◆ Exercise aim
Return every entry exactly as written.

◆ Records for the task
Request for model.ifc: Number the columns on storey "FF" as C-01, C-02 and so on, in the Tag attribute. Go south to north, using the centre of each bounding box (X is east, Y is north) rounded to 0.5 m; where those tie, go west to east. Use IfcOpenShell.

First a look at what the model holds.

```python
import ifcopenshell
import ifcopenshell.util.element
import ifcopenshell.util.placement

model = ifcopenshell.open("model.ifc")
print(model.schema)
storey = next(s for s in model.by_type("IfcBuildingStorey") if s.Name == "FF")
columns = [e for e in ifcopenshell.util.element.get_decomposition(storey) if e.is_a("IfcColumn")]
for e in sorted(columns, key=lambda e: e.id()):
    origin = ifcopenshell.util.placement.get_local_placement(e.ObjectPlacement)[:3, 3]
    print(e.id(), e.Tag, e.Name, origin.round(2) + 0.0, sep=" | ")
```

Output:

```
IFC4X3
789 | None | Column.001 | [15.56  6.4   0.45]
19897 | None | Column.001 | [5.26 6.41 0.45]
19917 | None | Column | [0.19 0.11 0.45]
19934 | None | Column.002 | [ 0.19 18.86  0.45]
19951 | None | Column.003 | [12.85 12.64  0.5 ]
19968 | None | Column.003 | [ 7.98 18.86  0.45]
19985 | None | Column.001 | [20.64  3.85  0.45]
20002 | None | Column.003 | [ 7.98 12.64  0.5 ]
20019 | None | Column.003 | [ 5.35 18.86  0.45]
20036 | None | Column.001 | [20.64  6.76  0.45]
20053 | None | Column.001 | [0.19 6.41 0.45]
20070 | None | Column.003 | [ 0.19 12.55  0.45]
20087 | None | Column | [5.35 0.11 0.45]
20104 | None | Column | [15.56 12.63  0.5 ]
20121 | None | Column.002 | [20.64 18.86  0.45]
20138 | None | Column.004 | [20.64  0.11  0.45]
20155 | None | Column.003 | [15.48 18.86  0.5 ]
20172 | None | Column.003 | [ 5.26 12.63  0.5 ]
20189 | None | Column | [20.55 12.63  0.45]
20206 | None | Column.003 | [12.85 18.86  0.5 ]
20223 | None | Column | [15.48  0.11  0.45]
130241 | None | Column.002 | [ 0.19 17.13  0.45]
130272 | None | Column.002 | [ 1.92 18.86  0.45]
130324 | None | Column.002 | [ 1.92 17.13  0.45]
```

```python
import ifcopenshell
import ifcopenshell.geom
import ifcopenshell.util.element
import ifcopenshell.util.shape

model = ifcopenshell.open("model.ifc")
settings = ifcopenshell.geom.settings()
settings.set("use-world-coords", True)


def centre(element):
    shape = ifcopenshell.geom.create_shape(settings, element)
    return ifcopenshell.util.shape.get_bbox_centroid(shape.geometry)


storey = next(s for s in model.by_type("IfcBuildingStorey") if s.Name == "FF")
columns = [e for e in ifcopenshell.util.element.get_decomposition(storey) if e.is_a("IfcColumn")]

# Insertion points can sit at a corner or the storey origin, so sort by the geometry (in metres).
centres = {e: centre(e) for e in columns}
columns.sort(key=lambda e: (round(centres[e][1] / 0.5), centres[e][0]))

for i, e in enumerate(columns, start=1):
    number = f"C-{i:02d}"
    e.Tag = number
    print(e.id(), number)

model.write("model_rev.ifc")
```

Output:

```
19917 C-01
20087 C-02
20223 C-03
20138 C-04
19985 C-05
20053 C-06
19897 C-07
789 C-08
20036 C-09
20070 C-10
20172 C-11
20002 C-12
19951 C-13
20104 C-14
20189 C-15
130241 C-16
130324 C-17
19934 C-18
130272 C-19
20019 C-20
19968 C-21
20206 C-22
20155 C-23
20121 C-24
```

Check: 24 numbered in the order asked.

◆ Answer box
Request for model.ifc: Number the columns on storey "FF" as C-01, C-02 and so on, in the Tag attribute. Go south to north, using the centre of each bounding box (X is east, Y is north) rounded to 0.5 m; where those tie, go west to east. Use IfcOpenShell.

First a look at what the model holds.

```python
import ifcopenshell
import ifcopenshell.util.element
import ifcopenshell.util.placement

model = ifcopenshell.open("model.ifc")
print(model.schema)
storey = next(s for s in model.by_type("IfcBuildingStorey") if s.Name == "FF")
columns = [e for e in ifcopenshell.util.element.get_decomposition(storey) if e.is_a("IfcColumn")]
for e in sorted(columns, key=lambda e: e.id()):
    origin = ifcopenshell.util.placement.get_local_placement(e.ObjectPlacement)[:3, 3]
    print(e.id(), e.Tag, e.Name, origin.round(2) + 0.0, sep=" | ")
```

Output:

```
IFC4X3
789 | None | Column.001 | [15.56  6.4   0.45]
19897 | None | Column.001 | [5.26 6.41 0.45]
19917 | None | Column | [0.19 0.11 0.45]
19934 | None | Column.002 | [ 0.19 18.86  0.45]
19951 | None | Column.003 | [12.85 12.64  0.5 ]
19968 | None | Column.003 | [ 7.98 18.86  0.45]
19985 | None | Column.001 | [20.64  3.85  0.45]
20002 | None | Column.003 | [ 7.98 12.64  0.5 ]
20019 | None | Column.003 | [ 5.35 18.86  0.45]
20036 | None | Column.001 | [20.64  6.76  0.45]
20053 | None | Column.001 | [0.19 6.41 0.45]
20070 | None | Column.003 | [ 0.19 12.55  0.45]
20087 | None | Column | [5.35 0.11 0.45]
20104 | None | Column | [15.56 12.63  0.5 ]
20121 | None | Column.002 | [20.64 18.86  0.45]
20138 | None | Column.004 | [20.64  0.11  0.45]
20155 | None | Column.003 | [15.48 18.86  0.5 ]
20172 | None | Column.003 | [ 5.26 12.63  0.5 ]
20189 | None | Column | [20.55 12.63  0.45]
20206 | None | Column.003 | [12.85 18.86  0.5 ]
20223 | None | Column | [15.48  0.11  0.45]
130241 | None | Column.002 | [ 0.19 17.13  0.45]
130272 | None | Column.002 | [ 1.92 18.86  0.45]
130324 | None | Column.002 | [ 1.92 17.13  0.45]
```

```python
import ifcopenshell
import ifcopenshell.geom
import ifcopenshell.util.element
import ifcopenshell.util.shape

model = ifcopenshell.open("model.ifc")
settings = ifcopenshell.geom.settings()
settings.set("use-world-coords", True)


def centre(element):
    shape = ifcopenshell.geom.create_shape(settings, element)
    return ifcopenshell.util.shape.get_bbox_centroid(shape.geometry)


storey = next(s for s in model.by_type("IfcBuildingStorey") if s.Name == "FF")
columns = [e for e in ifcopenshell.util.element.get_decomposition(storey) if e.is_a("IfcColumn")]

# Insertion points can sit at a corner or the storey origin, so sort by the geometry (in metres).
centres = {e: centre(e) for e in columns}
columns.sort(key=lambda e: (round(centres[e][1] / 0.5), centres[e][0]))

for i, e in enumerate(columns, start=1):
    number = f"C-{i:02d}"
    e.Tag = number
    print(e.id(), number)

model.write("model_rev.ifc")
```

Output:

```
19917 C-01
20087 C-02
20223 C-03
20138 C-04
19985 C-05
20053 C-06
19897 C-07
789 C-08
20036 C-09
20070 C-10
20172 C-11
20002 C-12
19951 C-13
20104 C-14
20189 C-15
130241 C-16
130324 C-17
19934 C-18
130272 C-19
20019 C-20
19968 C-21
20206 C-22
20155 C-23
20121 C-24
```

Check: 24 numbered in the order asked.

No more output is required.